=== Exercise aim ===
For the records below, tally every line that has the word "existant" and reply with the number alone.

(Collection entries)
· · · · ·

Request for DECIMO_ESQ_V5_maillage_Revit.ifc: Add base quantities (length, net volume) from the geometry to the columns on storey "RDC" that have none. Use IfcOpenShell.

First a look at what the model holds.

```python
import ifcopenshell
import ifcopenshell.util.element
import ifcopenshell.util.unit

model = ifcopenshell.open("DECIMO_ESQ_V5_maillage_Revit.ifc")
print(model.schema)
for unit_type in ("LENGTHUNIT", "AREAUNIT", "VOLUMEUNIT"):
    print(unit_type, ifcopenshell.util.unit.calculate_unit_scale(model, unit_type))
storey = next(s for s in model.by_type("IfcBuildingStorey") if s.Name == "RDC")
columns = [e for e in ifcopenshell.util.element.get_decomposition(storey) if e.is_a("IfcColumn")]
for e in sorted(columns, key=lambda e: e.id()):
    print(e.id(), e.is_a(), e.Name, list(ifcopenshell.util.element.get_psets(e, qtos_only=True)), sep=" | ")
```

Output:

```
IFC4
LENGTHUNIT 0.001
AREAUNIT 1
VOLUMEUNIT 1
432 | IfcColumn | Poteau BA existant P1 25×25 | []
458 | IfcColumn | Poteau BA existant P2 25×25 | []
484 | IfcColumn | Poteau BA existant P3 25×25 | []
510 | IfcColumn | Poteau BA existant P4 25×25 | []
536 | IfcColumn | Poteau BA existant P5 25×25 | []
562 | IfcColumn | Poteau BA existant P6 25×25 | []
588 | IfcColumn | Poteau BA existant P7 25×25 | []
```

```python
import ifcopenshell
import ifcopenshell.api.pset
import ifcopenshell.geom
import ifcopenshell.util.element
import ifcopenshell.util.shape
import ifcopenshell.util.unit

model = ifcopenshell.open("DECIMO_ESQ_V5_maillage_Revit.ifc")
unit_scale = ifcopenshell.util.unit.calculate_unit_scale(model)
volume_scale = ifcopenshell.util.unit.calculate_unit_scale(model, "VOLUMEUNIT")
settings = ifcopenshell.geom.settings()

storey = next(s for s in model.by_type("IfcBuildingStorey") if s.Name == "RDC")
columns = [e for e in ifcopenshell.util.element.get_decomposition(storey) if e.is_a("IfcColumn")]

for e in sorted(columns, key=lambda e: e.id()):
    if ifcopenshell.util.element.get_psets(e, qtos_only=True, should_inherit=False):
        continue
    # Geometry comes back in metres, in the element's own axes.
    shape = ifcopenshell.geom.create_shape(settings, e)
    values = {
        "Length": ifcopenshell.util.shape.get_z(shape.geometry) / unit_scale,
        "NetVolume": ifcopenshell.util.shape.get_volume(shape.geometry) / volume_scale,
    }
    qto = ifcopenshell.api.pset.add_qto(model, product=e, name="Qto_ColumnBaseQuantities")
    ifcopenshell.api.pset.edit_qto(model, qto=qto, properties=values)
    print(e.id(), {k: round(v, 3) for k, v in values.items()})

model.write("DECIMO_ESQ_V5_maillage_Revit-out.ifc")
```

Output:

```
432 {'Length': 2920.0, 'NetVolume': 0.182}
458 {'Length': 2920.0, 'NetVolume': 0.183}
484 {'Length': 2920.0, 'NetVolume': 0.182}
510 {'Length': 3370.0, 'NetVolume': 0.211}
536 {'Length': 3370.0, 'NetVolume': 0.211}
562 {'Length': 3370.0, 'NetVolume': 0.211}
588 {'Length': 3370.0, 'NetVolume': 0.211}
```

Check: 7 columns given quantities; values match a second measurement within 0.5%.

· · · · ·

=== Expected output ===
7